◆ **Assignment**
Provide only the number of lines in the records below that include "IFCPRODUCTDEFINITIONSHAPE".

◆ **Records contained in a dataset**
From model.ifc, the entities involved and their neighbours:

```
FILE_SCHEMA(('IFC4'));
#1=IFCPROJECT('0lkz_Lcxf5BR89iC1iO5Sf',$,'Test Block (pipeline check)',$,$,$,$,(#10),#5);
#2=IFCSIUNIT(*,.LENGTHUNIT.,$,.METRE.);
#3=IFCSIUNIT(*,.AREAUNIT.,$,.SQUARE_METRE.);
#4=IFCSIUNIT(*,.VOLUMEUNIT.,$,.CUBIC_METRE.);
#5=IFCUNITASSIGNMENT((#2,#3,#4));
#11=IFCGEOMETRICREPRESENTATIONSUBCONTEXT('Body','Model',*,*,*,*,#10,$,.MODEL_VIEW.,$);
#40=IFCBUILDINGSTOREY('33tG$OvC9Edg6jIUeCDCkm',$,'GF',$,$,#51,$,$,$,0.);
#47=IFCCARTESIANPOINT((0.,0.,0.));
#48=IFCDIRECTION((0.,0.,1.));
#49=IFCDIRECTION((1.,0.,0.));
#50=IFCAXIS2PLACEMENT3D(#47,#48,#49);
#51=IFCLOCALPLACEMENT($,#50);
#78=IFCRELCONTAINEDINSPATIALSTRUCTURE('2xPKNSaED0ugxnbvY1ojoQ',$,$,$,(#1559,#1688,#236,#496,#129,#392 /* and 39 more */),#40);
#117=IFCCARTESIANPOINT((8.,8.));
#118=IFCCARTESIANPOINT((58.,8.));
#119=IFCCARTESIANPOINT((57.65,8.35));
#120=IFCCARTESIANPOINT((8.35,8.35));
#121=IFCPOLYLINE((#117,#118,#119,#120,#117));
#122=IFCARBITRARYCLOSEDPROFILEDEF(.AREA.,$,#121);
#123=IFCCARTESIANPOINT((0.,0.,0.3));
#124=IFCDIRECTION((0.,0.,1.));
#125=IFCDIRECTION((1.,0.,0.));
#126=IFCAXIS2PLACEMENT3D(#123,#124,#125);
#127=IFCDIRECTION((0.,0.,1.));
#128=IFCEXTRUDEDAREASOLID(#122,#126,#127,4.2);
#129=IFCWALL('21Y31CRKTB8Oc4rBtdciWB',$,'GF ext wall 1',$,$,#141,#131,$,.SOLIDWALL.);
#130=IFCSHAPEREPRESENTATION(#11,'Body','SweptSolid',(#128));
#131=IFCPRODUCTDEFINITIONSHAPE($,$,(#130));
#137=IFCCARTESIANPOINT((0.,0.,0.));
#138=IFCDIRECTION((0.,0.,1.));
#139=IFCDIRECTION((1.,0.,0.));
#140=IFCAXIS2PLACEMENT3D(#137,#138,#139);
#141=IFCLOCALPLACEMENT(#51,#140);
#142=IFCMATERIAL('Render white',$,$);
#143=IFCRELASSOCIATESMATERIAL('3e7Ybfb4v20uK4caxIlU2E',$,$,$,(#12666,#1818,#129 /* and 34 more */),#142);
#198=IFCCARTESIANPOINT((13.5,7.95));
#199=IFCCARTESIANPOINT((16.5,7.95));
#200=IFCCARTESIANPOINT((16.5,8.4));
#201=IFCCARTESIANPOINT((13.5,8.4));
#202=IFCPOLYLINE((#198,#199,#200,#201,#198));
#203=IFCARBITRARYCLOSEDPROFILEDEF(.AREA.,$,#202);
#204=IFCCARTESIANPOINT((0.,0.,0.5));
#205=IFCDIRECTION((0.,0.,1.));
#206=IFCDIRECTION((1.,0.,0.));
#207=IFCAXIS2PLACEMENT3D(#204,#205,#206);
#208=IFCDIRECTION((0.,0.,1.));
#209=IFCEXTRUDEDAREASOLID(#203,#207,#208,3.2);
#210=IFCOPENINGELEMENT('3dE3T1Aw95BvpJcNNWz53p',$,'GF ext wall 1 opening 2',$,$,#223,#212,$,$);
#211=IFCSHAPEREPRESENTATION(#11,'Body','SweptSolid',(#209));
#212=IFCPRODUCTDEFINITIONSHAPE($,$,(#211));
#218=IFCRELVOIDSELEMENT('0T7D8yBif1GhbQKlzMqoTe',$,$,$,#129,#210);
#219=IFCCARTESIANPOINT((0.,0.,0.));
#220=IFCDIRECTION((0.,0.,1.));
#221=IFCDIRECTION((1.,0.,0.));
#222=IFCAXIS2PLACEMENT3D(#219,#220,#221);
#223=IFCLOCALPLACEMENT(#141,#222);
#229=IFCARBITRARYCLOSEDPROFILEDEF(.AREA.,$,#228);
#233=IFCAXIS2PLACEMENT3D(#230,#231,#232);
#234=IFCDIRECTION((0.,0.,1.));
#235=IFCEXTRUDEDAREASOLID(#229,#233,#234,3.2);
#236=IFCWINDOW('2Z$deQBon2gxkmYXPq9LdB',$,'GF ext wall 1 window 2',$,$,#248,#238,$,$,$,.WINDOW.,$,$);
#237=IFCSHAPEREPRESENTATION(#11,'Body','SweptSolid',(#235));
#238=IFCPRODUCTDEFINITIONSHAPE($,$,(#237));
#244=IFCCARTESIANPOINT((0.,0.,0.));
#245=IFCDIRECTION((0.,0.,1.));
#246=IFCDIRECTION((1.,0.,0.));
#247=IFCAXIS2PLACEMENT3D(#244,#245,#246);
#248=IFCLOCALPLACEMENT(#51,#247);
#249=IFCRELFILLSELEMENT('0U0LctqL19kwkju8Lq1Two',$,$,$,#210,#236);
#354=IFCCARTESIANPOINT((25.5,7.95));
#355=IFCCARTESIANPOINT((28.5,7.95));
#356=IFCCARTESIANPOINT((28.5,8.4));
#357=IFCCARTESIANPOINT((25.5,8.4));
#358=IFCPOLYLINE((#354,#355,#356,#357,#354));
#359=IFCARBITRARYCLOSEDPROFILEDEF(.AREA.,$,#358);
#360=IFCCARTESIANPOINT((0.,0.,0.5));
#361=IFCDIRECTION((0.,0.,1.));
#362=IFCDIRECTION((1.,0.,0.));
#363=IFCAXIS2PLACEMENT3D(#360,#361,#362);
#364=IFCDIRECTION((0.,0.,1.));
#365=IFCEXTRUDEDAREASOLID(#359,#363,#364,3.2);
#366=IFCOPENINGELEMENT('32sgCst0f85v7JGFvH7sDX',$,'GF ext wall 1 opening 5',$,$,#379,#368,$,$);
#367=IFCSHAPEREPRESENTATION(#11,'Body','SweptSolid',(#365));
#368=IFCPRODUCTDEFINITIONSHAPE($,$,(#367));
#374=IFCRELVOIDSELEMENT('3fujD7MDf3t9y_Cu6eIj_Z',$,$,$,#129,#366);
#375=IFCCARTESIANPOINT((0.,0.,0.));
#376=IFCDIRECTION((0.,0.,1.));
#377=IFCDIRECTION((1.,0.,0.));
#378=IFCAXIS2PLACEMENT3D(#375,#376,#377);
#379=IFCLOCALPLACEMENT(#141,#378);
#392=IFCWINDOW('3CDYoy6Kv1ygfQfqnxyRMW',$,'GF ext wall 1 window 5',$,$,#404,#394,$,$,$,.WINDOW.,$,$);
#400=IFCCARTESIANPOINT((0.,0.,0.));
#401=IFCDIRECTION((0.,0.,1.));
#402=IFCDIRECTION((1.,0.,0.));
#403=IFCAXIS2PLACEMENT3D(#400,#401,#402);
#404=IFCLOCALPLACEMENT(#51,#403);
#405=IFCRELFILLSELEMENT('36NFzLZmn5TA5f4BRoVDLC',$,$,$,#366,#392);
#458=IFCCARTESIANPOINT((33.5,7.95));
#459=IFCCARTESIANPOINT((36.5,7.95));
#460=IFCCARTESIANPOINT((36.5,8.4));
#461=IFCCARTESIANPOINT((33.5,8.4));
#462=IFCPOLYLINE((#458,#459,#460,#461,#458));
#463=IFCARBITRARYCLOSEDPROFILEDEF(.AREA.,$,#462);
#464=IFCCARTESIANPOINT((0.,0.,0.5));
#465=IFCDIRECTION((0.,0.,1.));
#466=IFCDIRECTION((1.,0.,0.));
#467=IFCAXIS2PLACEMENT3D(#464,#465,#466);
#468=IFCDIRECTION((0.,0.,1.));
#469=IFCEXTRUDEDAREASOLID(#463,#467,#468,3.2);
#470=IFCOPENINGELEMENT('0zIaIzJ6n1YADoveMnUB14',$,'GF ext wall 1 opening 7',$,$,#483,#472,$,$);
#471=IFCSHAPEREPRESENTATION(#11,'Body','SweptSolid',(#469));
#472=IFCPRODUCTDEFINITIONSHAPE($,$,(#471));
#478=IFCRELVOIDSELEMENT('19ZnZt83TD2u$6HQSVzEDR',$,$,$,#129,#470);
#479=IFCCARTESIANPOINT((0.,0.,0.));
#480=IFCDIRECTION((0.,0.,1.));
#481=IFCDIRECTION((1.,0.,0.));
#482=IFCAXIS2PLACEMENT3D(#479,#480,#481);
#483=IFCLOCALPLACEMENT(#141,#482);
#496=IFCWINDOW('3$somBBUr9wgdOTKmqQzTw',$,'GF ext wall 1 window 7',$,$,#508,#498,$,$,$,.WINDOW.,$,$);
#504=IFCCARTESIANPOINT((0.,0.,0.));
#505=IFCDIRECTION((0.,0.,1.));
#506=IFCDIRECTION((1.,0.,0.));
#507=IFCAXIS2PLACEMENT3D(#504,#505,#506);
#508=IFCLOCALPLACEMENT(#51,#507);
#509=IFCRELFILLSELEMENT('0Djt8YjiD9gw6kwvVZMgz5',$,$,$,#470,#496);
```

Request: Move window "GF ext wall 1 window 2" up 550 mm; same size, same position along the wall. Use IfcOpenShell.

```python
import numpy as np
import ifcopenshell
import ifcopenshell.api.geometry
import ifcopenshell.util.placement
import ifcopenshell.util.unit

model = ifcopenshell.open("model.ifc")
unit_scale = ifcopenshell.util.unit.calculate_unit_scale(model)

window = model.by_guid("2Z$deQBon2gxkmYXPq9LdB")
opening = window.FillsVoids[0].RelatingOpeningElement
dz = 0.55

shift = np.array([0.0, 0.0, dz])
# The window is not placed relative to its opening, so move both.
for product in (opening, window):
    matrix = ifcopenshell.util.placement.get_local_placement(product.ObjectPlacement)
    matrix[:3, 3] += shift
    ifcopenshell.api.geometry.edit_object_placement(model, product=product, matrix=matrix, is_si=False)

print(f"moved by {dz * unit_scale:+.3f} m")

model.write("model_updated.ifc")
```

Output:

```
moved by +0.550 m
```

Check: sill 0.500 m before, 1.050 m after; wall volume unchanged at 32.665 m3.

◆ **Answer space**
5